Microscope vendors often engineer their own, specific file format to optimally work with their instruments during recording, and with their own software for processing and analysis. Industry-owned, closed formats are called proprietary file formats (PFF). Examples of proprietary file formats in microscopy are:

.czi (a file format by Zeiss)
.lif (a file format by Leica)
.nd2 (a file format by Nikon)
… any many more.

As opposed to the PFF from different vendors, the Open Microscopy Environment Consortium has developed the OME data model, a specification for storing data on biological imaging as an open file format, the OME-TIFF, which includes an OME-XML metadata header.
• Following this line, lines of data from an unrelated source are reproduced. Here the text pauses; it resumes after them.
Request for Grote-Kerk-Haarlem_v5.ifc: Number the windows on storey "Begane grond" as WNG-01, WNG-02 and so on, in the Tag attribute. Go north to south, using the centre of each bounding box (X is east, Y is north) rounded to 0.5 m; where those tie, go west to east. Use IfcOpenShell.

First a look at what the model holds.

```python
import ifcopenshell
import ifcopenshell.util.element
import ifcopenshell.util.placement

model = ifcopenshell.open("Grote-Kerk-Haarlem_v5.ifc")
print(model.schema)
storey = next(s for s in model.by_type("IfcBuildingStorey") if s.Name == "Begane grond")
windows = [e for e in ifcopenshell.util.element.get_decomposition(storey) if e.is_a("IfcWindow")]
for e in sorted(windows, key=lambda e: e.id()):
    origin = ifcopenshell.util.placement.get_local_placement(e.ObjectPlacement)[:3, 3]
    print(e.id(), e.Tag, e.Name, origin.round(2) + 0.0, sep=" | ")
```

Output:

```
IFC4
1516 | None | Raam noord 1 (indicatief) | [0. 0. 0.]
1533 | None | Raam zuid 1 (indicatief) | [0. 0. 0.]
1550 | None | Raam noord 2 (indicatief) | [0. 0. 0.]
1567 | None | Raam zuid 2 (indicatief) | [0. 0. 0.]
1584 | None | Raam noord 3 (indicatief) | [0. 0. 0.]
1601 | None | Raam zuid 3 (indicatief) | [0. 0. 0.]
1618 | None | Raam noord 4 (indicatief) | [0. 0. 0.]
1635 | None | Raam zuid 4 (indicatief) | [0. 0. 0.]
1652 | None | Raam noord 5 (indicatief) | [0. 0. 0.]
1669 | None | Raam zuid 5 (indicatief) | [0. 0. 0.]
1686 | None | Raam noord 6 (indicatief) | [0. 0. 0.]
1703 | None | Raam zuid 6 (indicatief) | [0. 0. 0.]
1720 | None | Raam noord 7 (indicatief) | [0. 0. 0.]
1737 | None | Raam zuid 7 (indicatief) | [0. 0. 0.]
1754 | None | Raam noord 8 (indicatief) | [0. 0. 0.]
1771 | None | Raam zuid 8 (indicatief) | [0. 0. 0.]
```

```python
import ifcopenshell
import ifcopenshell.geom
import ifcopenshell.util.element
import ifcopenshell.util.shape

model = ifcopenshell.open("Grote-Kerk-Haarlem_v5.ifc")
settings = ifcopenshell.geom.settings()
settings.set("use-world-coords", True)


def centre(element):
    shape = ifcopenshell.geom.create_shape(settings, element)
    return ifcopenshell.util.shape.get_bbox_centroid(shape.geometry)


storey = next(s for s in model.by_type("IfcBuildingStorey") if s.Name == "Begane grond")
windows = [e for e in ifcopenshell.util.element.get_decomposition(storey) if e.is_a("IfcWindow")]

# Insertion points can sit at a corner or the storey origin, so sort by the geometry (in metres).
centres = {e: centre(e) for e in windows}
windows.sort(key=lambda e: (-round(centres[e][1] / 0.5), centres[e][0]))

for i, e in enumerate(windows, start=1):
    number = f"WNG-{i:02d}"
    e.Tag = number
    print(e.id(), number)

model.write("Grote-Kerk-Haarlem_v5-out.ifc")
```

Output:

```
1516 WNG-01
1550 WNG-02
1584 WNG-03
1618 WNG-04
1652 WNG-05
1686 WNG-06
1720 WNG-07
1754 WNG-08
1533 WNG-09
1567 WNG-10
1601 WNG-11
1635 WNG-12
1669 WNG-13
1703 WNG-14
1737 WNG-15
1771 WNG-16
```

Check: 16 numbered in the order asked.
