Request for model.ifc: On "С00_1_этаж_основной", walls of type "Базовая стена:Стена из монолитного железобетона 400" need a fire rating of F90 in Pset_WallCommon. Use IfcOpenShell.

First a look at what the model holds.

```python
import ifcopenshell
import ifcopenshell.util.element

model = ifcopenshell.open("model.ifc")
print(model.schema)
storey = next(s for s in model.by_type("IfcBuildingStorey") if s.Name == "С00_1_этаж_основной")
walls = [e for e in ifcopenshell.util.element.get_decomposition(storey) if e.is_a("IfcWall")]
seen = {}
for e in walls:
    element_type = ifcopenshell.util.element.get_type(e)
    key = (element_type.Name if element_type != e and element_type else None, ifcopenshell.util.element.get_pset(e, "Pset_WallCommon", "FireRating"))
    seen[key] = seen.get(key, 0) + 1
for (name, value), count in sorted(seen.items(), key=str):
    print(count, "x", name, "|", value)
```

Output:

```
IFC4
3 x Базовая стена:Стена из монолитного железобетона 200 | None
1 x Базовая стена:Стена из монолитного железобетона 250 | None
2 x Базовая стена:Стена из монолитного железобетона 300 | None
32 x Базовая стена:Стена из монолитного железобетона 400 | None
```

```python
import ifcopenshell
import ifcopenshell.api.pset
import ifcopenshell.util.element

model = ifcopenshell.open("model.ifc")

storey = next(s for s in model.by_type("IfcBuildingStorey") if s.Name == "С00_1_этаж_основной")
walls = [e for e in ifcopenshell.util.element.get_decomposition(storey) if e.is_a("IfcWall")]

count = 0
for e in walls:
    element_type = ifcopenshell.util.element.get_type(e)
    if element_type in (None, e) or element_type.Name != "Базовая стена:Стена из монолитного железобетона 400":
        continue
    # add_pset returns the element's existing set when there is one.
    pset = ifcopenshell.api.pset.add_pset(model, product=e, name="Pset_WallCommon")
    ifcopenshell.api.pset.edit_pset(model, pset=pset, properties={"FireRating": "F90"})
    count += 1

print(count, "walls updated")

model.write("model_updated.ifc")
```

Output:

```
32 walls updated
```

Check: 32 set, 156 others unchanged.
Classical file formats are written to hard drive or flash drive storage in a way that the information from image planes is organized in a linear sequence of bits. This way of storing the information has limitations when it comes to the dynamic use of only parts of the information stored in image files. Typically, for a computer program to use an image, the computer must load it into its temporary memory (RAM). If access is only required for a subset of the plane and even across different planes, yet all relevant planes have to be loaded into the RAM. Very large files take considerable amounts of time to load and require large RAM sizes, which are often not available to all users. Additionally, if data is transferred from one location to another, the full file is transferred completely in one piece before the information is accessible and usable. Large files take a long time for data transfer impeding its readiness for access and use in shared or remote environments. Next generation file formats offer a different approach to storing the information, which allows to dynamically load relevant parts of a file (chunks of data). Essentially, this works by breaking the file down into a large number of tiny file pieces that can be loaded together in combinations as needed.
An excellent introduction to the difference between classical and next-generation file formats in the context of bioimaging is given in a talk by C. Tischer during a Global BioImaging workshop in 2022.